Harrison Mumia is the President of Atheists In Kenya (AIK), the most vibrant atheists movement in Kenya.
Atheists In Kenya's mission is to promote the growth and interaction of atheists in Kenya. Harrison has debated at numerous forums in Kenya including the University of Nairobi debate, titled "Does God Exist?".
He has extensively written articles about atheism, religion and secularism both in Kenyan print and on the atheists in Kenya website, as well as google groups and blogs. He has been featured on the BBC, CNN as well as NTV, KTN, Nation FM, QFM, Family Radio and KBC, which are all mainstream TV and Radio stations in Kenya, discussing issues revolving around secularism, atheism and religion in Kenya.
Born in 1978, in Nairobi, Harrison Mumia completed his Bachelor of Science in Computer Science in 2003 at the Jomo Kenyatta University, Kenya. He is currently working with the Central Bank of Kenya as a Corporate Communications Manager.
Through his experience as a leading atheist in Kenya, Mumia has worked together with local secular groups to push for a total separation of religion and state in Kenya. His articles have elicited public debate in the areas of religious education in public schools, preaching in public space especially in public transport vehicles and the authenticity of miracles by religious leaders. Inspired by atheists like Richard Dawkins, the late Christopher Hitchens, Mumia is committed to promoting secularism in Kenya.
Today, more than 80 percent of the 46 million residents of Kenya are Christian. The remaining 20 percent of the country is a combination of Islam, Hinduism and traditionalists. And the word “atheist” is one rarely uttered by your average Kenyan.
In Kenya, religious indoctrination and adherence to the Abrahamic faiths is deeply engrained into the culture. Children pray in public schools and orphanages, prayer takes place in the workplace, and Christian beliefs and practices are preached on all of the major Kenyan media outlets on a daily basis. One visit to the country and experiencing the culture may leave the impression that there is no hope for secularism here.

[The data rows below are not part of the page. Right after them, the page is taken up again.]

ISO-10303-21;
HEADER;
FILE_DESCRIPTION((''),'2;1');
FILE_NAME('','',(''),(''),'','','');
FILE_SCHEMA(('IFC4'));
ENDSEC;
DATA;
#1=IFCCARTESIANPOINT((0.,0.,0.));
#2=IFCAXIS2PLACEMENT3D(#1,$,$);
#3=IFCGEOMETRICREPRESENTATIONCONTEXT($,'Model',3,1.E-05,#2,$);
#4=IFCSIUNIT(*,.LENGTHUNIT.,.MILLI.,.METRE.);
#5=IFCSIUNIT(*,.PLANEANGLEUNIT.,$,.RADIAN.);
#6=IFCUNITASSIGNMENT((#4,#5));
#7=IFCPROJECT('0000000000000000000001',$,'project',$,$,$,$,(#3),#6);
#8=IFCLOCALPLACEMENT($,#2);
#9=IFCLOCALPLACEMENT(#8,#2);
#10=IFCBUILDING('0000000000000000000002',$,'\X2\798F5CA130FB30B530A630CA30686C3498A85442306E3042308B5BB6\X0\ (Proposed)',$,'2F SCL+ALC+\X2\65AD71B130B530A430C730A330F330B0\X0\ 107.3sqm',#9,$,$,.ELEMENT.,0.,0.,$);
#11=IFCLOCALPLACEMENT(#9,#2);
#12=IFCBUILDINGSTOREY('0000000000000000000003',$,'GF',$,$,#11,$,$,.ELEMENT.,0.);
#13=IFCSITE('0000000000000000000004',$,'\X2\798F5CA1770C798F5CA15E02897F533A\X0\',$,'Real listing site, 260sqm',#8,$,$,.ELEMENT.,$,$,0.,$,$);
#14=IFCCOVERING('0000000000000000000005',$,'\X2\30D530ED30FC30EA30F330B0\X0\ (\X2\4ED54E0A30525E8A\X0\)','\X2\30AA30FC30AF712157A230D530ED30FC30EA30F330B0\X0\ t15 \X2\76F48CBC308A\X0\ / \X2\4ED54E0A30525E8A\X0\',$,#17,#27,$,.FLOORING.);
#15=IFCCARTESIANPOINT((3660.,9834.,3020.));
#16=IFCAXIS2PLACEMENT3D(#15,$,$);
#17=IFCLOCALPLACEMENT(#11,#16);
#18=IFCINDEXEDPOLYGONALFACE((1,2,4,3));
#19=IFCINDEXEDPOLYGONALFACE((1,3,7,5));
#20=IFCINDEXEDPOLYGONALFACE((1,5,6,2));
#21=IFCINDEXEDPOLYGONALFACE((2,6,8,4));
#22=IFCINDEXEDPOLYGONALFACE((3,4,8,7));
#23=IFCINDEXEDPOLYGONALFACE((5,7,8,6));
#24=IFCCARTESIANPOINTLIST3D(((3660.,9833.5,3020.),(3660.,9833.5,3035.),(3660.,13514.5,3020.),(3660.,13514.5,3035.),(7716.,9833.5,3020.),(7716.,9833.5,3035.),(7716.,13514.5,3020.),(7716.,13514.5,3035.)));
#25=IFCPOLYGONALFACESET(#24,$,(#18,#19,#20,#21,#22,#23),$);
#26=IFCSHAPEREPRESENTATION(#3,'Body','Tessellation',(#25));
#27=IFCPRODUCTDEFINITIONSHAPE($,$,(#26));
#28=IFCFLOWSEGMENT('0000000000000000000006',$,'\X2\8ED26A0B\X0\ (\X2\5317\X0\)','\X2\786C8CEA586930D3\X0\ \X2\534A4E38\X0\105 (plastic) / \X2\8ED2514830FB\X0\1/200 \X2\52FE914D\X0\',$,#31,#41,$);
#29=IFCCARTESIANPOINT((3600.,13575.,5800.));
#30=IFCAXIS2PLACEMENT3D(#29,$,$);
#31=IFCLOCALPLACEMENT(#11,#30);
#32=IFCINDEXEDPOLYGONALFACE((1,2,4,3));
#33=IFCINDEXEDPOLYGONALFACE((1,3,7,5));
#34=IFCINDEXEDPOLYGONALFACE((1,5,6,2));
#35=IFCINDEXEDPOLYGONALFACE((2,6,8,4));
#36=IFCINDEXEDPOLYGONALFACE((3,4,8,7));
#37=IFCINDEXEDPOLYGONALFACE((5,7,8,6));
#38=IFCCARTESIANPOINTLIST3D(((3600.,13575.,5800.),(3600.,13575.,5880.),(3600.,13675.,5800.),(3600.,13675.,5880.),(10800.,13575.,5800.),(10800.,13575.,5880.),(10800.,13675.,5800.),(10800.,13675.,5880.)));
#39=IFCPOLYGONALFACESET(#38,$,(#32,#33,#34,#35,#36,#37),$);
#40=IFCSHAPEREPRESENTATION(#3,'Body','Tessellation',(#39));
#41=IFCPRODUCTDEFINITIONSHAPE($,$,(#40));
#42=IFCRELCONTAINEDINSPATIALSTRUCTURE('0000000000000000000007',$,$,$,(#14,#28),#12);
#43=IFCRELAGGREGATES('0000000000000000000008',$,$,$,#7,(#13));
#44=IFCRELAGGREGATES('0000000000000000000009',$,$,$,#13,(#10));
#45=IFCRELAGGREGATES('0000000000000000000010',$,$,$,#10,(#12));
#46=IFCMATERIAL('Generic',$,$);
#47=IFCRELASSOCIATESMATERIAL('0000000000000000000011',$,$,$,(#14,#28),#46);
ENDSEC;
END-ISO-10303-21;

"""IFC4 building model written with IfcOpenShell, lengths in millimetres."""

from ifc_helpers import new_model, si_unit, frame, frame_2d, origin, place, context, project, spatial, rectangle, extrude, material, element, save


model = new_model("IFC4")

# Units and contexts
model_context = context("Model", 3, precision=1e-05, world=origin())
ifc_project = project(units=[si_unit("LENGTHUNIT", "METRE", prefix="MILLI"), si_unit("PLANEANGLEUNIT", "RADIAN")], contexts=[model_context])

# Site, building, storey
site_placement = place(None, origin())
site = spatial("IfcSite", under=ifc_project, at=site_placement, Name="福岡県福岡市西区", ObjectType="Real listing site, 260sqm", CompositionType="ELEMENT", RefElevation=0.0)
building_placement = place(site_placement, origin())
building = spatial("IfcBuilding", under=site, at=building_placement, Name="福岡・サウナと水風呂のある家 (Proposed)", ObjectType="2F SCL+ALC+断熱サイディング 107.3sqm", CompositionType="ELEMENT", ElevationOfRefHeight=0.0, ElevationOfTerrain=0.0)
storey_placement = place(building_placement, origin())
storey = spatial("IfcBuildingStorey", under=building, at=storey_placement, Name="GF", CompositionType="ELEMENT", Elevation=0.0)

# Covering
ifc_material_1 = material(Name="Generic")
covering_placement = place(storey_placement, frame((3660.0, 9834.0, 3020.0)))
element("IfcCovering", 1, at=covering_placement, inside=storey, material=ifc_material_1, Name="フローリング (仕上げ床)", Description="オーク無垢フローリング t15 直貼り / 仕上げ床", PredefinedType="FLOORING", context=model_context, shape_type="SweptSolid", body=[
    extrude(rectangle(XDim=4056.0, YDim=3681.0, at=frame_2d((2028.0, 1840.0))), frame((3660.0, 9834.0, 3020.0)), (0.0, 0.0, 1.0), 15.0),
])

# Flow segment
flow_segment_placement = place(storey_placement, frame((3600.0, 13575.0, 5800.0)))
element("IfcFlowSegment", 2, at=flow_segment_placement, inside=storey, material=ifc_material_1, Name="軒樋 (北)", Description="硬質塩ビ 半丸105 (plastic) / 軒先・1/200 勾配", context=model_context, shape_type="SweptSolid", body=[
    extrude(rectangle(XDim=7200.0, YDim=100.0, at=frame_2d((3600.0, 50.0))), frame((3600.0, 13575.0, 5800.0)), (0.0, 0.0, 1.0), 80.0),
])

save(model, "model.ifc")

This is where Harrison Mumia and the Atheists in Kenya group come in. Mumia is pioneering the unthinkable. He is taking on the overwhelming task of challenging the religious privilege by promoting secular and humanist values. Mumia and his team are openly secular and have appeared on many of the Kenyan media outlets, including the major newspaper and morning talk shows. They are working hard to bring many of the secular "firsts" to Kenya including the first ever atheist conference, atheist billboards, debates and much more. They are a shining beacon of hope for secular ideals in a country that is grossly indoctrinated into a religion that was forced upon their country.